Suggestions for a Nurse Being Bullied: Informing the Manager
- Providing details about the problem in a personal conversation;
- Filing a complaint in case the issue exacerbates;
- Seeking the support of authorities (Berry et al., 2016).
Among the key steps that a nurse can take when bullied, informing a manager is the first step toward resolving the issue. The vertical structure of the hospital may impede conflict management, which is why active communication between nurses and mangers is encouraged.
Suggestions for a Nurse Being Bullied: Learning to Fend for Themselves
- Difficulties in eradicating bullying from a nursing setting: an expected outcome;
- Suggestion: teaching a nurse to develop resilience;
- Key strategies: open refusal to play by the bullies’ rules;
- Additional approach: establishing a new mode of communication (Ulrich, Gillespie, Boesch, Bateman, & Grubb, 2017);
- Using a personal example as a model for changing the workplace environment.
Unfortunately, in a range of instances, complaining about the problem does not lead to the immediate resolution. Combined with the lack of initiative, the unwillingness to alter the status quo among the target audiences will entail the situation in which a nurse will have to learn to defend themselves. In this scenario, one will need to suggest using strategies such as stating the act of bullying, establishing no tolerance for the specified kind of behavior, and suggesting alternative options for communication.
Responsibility of a Nurse: De-Escalating the Conflict
- Problem of a nurse as a team member: lack of control over workplace issues;
- Opportunities for managing bullying: de-escalating a conflict as a temporary solution;
- Use of negotiation and collaboration to make nurses focus on managing workplace tasks.
As a nurse, one has little control over workplace issues. However, to address a problem of bullying in the healthcare setting, a nurse may consider seeking the strategies for de-escalating a conflict as a short-term tool. Thus, one will reduce the pressure experienced by a victim and provide the latter with the time needed to develop a resilience-based approach.
Responsibility of a Nurse: Changing the Workplace Environment
- Long-term objectives in addressing bullying: changing the workplace culture;
- Using a personal example as a role model for others to follow;
- Revisiting ethical standards and values constituting the basis for communication;
- Promoting equality, respect, and conflict management techniques.
In the long term, a nurse may consider shaping attitudes and behaviors in the workplace.
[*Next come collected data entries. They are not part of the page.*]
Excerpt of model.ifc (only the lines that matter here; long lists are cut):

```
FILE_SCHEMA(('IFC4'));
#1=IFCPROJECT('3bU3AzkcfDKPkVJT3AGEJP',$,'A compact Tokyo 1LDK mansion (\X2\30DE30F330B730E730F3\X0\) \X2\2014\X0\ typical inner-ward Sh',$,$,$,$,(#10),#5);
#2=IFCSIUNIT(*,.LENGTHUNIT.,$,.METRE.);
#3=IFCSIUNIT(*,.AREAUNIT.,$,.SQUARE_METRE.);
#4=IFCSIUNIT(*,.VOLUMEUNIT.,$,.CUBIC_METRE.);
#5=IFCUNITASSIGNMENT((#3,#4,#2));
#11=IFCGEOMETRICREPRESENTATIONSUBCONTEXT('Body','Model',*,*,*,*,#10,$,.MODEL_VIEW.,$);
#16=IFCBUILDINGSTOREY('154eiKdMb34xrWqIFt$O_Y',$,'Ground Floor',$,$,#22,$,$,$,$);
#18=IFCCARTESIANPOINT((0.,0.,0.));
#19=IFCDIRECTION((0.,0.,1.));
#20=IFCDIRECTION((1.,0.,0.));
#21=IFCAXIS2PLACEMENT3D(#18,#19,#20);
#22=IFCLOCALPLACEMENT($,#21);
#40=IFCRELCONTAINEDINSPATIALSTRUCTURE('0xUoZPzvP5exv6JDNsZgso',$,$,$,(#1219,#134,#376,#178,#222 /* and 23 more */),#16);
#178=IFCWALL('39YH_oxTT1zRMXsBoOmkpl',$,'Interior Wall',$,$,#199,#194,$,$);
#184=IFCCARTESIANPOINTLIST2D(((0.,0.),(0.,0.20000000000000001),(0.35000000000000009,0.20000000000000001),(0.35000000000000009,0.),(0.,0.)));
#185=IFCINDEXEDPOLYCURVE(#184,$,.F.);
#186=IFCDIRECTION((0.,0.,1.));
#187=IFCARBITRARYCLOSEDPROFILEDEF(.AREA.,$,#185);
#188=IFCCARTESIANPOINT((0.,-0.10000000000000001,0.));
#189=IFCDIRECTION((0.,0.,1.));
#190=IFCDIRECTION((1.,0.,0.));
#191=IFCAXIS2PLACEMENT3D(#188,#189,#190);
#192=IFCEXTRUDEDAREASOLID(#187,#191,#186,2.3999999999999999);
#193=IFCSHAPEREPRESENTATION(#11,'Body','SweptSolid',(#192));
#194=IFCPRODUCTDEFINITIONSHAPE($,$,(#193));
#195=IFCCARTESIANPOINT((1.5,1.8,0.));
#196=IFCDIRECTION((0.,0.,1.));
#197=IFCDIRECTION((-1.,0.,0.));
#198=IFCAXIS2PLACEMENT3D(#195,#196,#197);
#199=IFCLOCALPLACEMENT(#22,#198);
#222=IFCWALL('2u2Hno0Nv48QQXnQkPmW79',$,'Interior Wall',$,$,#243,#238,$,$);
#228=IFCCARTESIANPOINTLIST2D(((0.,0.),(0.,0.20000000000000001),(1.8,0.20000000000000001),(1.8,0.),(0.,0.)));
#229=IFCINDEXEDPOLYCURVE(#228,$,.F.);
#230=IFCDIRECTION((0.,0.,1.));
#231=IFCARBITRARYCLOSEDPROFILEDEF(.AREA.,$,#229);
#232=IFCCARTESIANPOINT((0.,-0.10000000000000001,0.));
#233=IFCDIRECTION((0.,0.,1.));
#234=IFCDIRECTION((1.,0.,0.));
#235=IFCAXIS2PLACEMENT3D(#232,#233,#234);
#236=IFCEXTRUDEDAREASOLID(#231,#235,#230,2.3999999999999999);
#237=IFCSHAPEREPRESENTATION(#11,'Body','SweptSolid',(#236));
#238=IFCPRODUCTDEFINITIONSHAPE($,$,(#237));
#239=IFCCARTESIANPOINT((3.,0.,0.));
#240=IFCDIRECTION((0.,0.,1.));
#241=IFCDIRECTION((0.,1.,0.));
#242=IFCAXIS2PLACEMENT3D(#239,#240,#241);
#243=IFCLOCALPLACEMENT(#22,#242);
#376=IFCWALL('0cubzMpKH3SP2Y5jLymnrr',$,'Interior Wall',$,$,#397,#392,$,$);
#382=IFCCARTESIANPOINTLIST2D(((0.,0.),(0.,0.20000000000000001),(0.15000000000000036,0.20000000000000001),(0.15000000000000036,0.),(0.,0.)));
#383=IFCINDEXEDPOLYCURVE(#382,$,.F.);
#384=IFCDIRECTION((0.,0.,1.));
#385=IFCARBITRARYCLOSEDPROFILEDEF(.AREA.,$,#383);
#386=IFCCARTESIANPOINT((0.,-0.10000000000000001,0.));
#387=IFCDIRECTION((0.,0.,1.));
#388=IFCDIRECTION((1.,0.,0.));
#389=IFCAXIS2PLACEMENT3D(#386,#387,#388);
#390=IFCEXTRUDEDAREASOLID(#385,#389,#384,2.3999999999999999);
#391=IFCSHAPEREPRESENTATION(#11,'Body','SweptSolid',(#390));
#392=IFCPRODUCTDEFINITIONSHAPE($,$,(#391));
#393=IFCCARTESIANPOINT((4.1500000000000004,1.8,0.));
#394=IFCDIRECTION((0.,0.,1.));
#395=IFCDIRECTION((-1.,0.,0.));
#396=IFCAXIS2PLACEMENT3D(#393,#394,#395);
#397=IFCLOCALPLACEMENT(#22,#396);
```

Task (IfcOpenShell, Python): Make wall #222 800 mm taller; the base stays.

```python
import ifcopenshell
import ifcopenshell.geom
import ifcopenshell.util.representation
import ifcopenshell.util.shape
import ifcopenshell.util.unit

model = ifcopenshell.open("model.ifc")
unit_scale = ifcopenshell.util.unit.calculate_unit_scale(model)
settings = ifcopenshell.geom.settings()


def volume(element):
    """Net volume in cubic metres, openings subtracted."""
    shape = ifcopenshell.geom.create_shape(settings, element)
    return ifcopenshell.util.shape.get_volume(shape.geometry)


wall = model.by_id(222)
before = volume(wall)

body = ifcopenshell.util.representation.get_representation(wall, "Model", "Body")
solid = body.Items[0]
old_height = solid.Depth
solid.Depth += 0.8 / unit_scale
after = volume(wall)

print(f"height {old_height:g} -> {solid.Depth:g}, volume {before:.3f} -> {after:.3f} m3")

model.write("model_updated.ifc")
```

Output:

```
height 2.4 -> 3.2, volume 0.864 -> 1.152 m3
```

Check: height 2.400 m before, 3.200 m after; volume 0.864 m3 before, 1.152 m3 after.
The described goal may seem unrealistic for a nurse that does not have a leadership power, yet the introduction of a personal model as the tool for building relationships in the workplace may become a solution. Thus, one will introduce staff members to a set of new values such as equality, respect for peers, and the ability to manage conflicts productively.
References
Albishi, E., & Alsharqi, O. Z. (2018). Factors counteracting nurses’ bullying in healthcare organizations: An applied study in King Abdul‐Aziz University Hospital in Jeddah Province. Journal of Nursing Education and Practice, 8(10), 20-35. Web.
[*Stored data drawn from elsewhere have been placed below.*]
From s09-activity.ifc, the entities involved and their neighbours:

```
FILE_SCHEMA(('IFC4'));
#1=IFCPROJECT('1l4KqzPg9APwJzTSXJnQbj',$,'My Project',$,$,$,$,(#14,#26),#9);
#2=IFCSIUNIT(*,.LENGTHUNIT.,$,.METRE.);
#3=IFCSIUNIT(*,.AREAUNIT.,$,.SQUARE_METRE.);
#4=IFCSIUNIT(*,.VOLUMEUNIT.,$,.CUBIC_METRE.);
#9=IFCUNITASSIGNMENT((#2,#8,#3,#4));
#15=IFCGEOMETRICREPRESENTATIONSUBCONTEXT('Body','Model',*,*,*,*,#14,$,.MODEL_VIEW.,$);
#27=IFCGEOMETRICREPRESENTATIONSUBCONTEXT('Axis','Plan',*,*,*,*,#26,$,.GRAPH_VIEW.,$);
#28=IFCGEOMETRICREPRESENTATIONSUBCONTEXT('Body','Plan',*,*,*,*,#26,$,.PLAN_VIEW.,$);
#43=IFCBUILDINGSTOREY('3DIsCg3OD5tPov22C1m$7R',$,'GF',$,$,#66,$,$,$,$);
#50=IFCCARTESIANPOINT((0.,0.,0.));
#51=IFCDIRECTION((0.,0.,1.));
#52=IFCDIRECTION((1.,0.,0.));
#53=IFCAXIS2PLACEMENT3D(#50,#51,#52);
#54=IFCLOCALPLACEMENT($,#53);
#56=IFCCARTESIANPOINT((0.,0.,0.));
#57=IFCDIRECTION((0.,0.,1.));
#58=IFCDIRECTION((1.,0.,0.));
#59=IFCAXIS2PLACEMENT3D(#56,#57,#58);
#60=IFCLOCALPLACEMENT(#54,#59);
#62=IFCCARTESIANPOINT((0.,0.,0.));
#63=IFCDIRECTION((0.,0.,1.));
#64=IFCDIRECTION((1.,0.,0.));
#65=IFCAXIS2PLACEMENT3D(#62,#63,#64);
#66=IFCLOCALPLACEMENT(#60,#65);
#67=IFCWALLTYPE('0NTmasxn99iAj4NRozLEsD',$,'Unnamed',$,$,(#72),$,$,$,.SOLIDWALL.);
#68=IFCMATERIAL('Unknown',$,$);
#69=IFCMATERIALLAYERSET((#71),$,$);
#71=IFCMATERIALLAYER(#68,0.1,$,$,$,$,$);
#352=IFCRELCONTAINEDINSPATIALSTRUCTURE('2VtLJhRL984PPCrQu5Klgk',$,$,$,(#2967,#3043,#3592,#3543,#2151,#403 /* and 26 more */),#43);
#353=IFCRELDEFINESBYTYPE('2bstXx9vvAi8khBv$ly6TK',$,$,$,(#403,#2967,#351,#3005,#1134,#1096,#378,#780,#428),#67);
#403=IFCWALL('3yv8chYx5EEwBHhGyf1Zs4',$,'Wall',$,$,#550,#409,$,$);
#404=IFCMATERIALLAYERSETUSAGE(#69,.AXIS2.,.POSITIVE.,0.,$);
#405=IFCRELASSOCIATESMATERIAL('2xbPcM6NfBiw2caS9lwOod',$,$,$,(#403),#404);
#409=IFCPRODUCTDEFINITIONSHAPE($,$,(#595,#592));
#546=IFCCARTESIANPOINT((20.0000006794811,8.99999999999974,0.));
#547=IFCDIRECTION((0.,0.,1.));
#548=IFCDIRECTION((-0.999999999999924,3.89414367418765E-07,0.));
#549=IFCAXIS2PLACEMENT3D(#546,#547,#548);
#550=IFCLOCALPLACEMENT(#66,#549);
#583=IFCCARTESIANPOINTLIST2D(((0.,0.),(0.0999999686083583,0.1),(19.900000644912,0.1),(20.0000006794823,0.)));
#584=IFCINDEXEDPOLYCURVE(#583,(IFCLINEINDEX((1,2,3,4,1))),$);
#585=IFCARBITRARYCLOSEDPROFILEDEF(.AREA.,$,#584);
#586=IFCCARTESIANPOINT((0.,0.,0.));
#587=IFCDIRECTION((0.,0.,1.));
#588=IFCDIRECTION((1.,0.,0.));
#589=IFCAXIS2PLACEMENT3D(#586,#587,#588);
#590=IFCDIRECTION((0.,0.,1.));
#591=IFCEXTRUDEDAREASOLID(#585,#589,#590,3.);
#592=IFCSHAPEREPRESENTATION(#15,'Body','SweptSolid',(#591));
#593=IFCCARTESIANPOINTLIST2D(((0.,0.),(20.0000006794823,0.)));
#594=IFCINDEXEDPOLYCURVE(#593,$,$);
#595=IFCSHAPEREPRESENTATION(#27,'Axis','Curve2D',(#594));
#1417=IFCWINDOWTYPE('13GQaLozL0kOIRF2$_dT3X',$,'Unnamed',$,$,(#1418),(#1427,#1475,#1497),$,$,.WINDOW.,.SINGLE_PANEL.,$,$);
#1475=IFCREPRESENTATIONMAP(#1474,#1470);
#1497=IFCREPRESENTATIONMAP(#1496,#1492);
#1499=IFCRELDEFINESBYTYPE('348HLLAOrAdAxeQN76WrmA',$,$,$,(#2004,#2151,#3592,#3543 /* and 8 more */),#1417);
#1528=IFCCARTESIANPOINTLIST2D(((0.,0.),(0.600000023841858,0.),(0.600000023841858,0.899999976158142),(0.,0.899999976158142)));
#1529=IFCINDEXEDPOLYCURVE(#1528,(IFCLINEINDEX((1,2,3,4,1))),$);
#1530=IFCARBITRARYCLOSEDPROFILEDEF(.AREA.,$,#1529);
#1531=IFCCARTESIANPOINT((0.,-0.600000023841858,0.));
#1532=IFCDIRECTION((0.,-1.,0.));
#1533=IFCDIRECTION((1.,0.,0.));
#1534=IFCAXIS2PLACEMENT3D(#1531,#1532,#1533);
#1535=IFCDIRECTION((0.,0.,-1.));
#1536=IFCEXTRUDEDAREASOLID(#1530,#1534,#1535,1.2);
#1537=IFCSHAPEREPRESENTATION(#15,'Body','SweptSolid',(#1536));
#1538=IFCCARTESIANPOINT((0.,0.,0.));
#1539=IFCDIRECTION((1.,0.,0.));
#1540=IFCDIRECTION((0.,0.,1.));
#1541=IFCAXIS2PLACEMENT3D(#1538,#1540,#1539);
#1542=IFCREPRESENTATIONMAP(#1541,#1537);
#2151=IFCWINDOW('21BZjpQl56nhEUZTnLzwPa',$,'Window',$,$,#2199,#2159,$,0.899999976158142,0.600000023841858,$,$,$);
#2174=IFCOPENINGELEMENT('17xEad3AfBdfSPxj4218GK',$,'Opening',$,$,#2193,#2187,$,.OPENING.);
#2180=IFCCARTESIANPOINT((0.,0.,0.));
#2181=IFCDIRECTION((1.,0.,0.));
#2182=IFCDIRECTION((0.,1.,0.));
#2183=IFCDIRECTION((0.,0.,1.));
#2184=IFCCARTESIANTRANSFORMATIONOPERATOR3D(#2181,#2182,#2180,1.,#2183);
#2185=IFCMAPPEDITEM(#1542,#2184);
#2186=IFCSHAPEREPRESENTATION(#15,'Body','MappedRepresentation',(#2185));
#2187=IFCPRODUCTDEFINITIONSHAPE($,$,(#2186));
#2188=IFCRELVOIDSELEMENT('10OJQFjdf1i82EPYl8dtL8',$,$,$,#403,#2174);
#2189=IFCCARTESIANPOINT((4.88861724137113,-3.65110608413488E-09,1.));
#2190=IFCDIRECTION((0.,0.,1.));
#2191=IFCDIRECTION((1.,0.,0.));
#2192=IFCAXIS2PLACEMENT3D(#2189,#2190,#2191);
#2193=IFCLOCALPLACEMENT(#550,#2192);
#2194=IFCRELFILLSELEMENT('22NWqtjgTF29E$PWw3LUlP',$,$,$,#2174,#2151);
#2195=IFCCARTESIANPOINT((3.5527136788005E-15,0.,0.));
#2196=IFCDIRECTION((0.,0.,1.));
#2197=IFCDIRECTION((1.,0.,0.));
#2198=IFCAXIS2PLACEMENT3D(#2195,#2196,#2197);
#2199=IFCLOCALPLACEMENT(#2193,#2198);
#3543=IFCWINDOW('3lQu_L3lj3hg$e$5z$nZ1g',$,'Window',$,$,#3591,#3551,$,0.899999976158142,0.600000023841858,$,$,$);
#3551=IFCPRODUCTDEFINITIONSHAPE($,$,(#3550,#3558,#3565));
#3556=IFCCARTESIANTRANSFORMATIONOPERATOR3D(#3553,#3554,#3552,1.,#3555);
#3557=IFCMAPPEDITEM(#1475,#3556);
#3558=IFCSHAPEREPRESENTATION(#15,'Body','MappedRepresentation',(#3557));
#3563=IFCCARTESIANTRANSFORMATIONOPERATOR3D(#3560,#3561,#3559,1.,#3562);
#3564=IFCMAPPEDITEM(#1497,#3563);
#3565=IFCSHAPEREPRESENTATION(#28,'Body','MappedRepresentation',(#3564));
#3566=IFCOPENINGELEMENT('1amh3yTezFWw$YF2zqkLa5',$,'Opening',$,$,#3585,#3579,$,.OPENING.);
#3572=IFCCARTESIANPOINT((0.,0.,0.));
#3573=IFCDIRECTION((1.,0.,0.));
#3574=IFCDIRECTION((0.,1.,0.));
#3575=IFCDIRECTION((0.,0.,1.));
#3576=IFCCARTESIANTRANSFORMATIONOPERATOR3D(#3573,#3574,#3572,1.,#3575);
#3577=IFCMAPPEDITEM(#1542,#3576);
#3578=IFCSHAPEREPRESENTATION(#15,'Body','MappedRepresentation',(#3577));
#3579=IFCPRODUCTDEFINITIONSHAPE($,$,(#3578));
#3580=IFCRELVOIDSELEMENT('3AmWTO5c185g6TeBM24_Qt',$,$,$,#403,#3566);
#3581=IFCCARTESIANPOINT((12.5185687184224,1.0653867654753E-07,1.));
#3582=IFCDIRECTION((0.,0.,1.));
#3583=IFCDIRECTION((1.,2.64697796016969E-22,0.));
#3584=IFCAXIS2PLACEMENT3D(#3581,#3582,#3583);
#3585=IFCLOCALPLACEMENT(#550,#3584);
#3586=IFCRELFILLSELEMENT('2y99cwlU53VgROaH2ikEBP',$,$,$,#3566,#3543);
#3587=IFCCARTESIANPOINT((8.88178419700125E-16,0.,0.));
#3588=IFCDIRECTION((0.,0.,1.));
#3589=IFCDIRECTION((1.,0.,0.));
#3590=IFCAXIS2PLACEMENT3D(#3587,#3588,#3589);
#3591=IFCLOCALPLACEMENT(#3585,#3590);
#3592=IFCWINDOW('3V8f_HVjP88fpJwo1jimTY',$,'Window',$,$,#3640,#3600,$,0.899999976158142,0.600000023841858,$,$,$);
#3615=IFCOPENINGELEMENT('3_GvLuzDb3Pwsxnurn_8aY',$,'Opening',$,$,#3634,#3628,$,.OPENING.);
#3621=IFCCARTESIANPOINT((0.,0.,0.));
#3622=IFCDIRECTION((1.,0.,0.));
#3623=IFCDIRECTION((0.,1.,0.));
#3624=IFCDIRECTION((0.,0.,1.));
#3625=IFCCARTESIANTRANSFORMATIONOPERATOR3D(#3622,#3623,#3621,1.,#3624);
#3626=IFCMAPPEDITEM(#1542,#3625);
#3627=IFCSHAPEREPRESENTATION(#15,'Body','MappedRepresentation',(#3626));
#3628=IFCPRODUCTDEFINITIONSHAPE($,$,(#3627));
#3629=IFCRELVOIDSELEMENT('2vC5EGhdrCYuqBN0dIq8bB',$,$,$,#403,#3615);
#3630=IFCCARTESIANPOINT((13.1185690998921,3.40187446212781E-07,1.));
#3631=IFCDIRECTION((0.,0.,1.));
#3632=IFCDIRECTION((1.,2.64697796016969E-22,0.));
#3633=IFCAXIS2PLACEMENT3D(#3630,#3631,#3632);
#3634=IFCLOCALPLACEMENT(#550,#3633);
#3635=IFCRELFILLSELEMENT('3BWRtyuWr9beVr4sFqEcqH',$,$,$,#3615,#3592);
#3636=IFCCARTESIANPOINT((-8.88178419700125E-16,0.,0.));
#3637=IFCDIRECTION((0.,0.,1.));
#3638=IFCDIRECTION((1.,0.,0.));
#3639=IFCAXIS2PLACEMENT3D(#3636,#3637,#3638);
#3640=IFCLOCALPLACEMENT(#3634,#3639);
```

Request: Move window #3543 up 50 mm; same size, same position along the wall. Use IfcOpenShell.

```python
import numpy as np
import ifcopenshell
import ifcopenshell.api.geometry
import ifcopenshell.util.placement
import ifcopenshell.util.unit

model = ifcopenshell.open("s09-activity.ifc")
unit_scale = ifcopenshell.util.unit.calculate_unit_scale(model)

window = model.by_id(3543)
opening = window.FillsVoids[0].RelatingOpeningElement
dz = 0.05

shift = np.array([0.0, 0.0, dz])
# The window is placed relative to its opening, so it follows when the opening moves.
matrix = ifcopenshell.util.placement.get_local_placement(opening.ObjectPlacement)
matrix[:3, 3] += shift
ifcopenshell.api.geometry.edit_object_placement(
    model, product=opening, matrix=matrix, is_si=False, should_transform_children=True
)

print(f"moved by {dz * unit_scale:+.3f} m")

model.write("s09-activity_updated.ifc")
```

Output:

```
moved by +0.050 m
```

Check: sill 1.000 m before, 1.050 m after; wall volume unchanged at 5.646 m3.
American Nurses Foundation. (2019). Spring 2018 nurse survey. Web.
Berry, P. A., Gillespie, G. L., Fisher, B. S., Gormley, D., & Haynes, J. T. (2016). Psychological distress and workplace bullying among registered nurses. OJIN: The Online Journal of Issues in Nursing, 21(3), 4. Web.
Federal Bureau of Investigation. (2019). Active shooter incidents in the United States in 2018. Washington, D.C.: U.S. Department of Justice.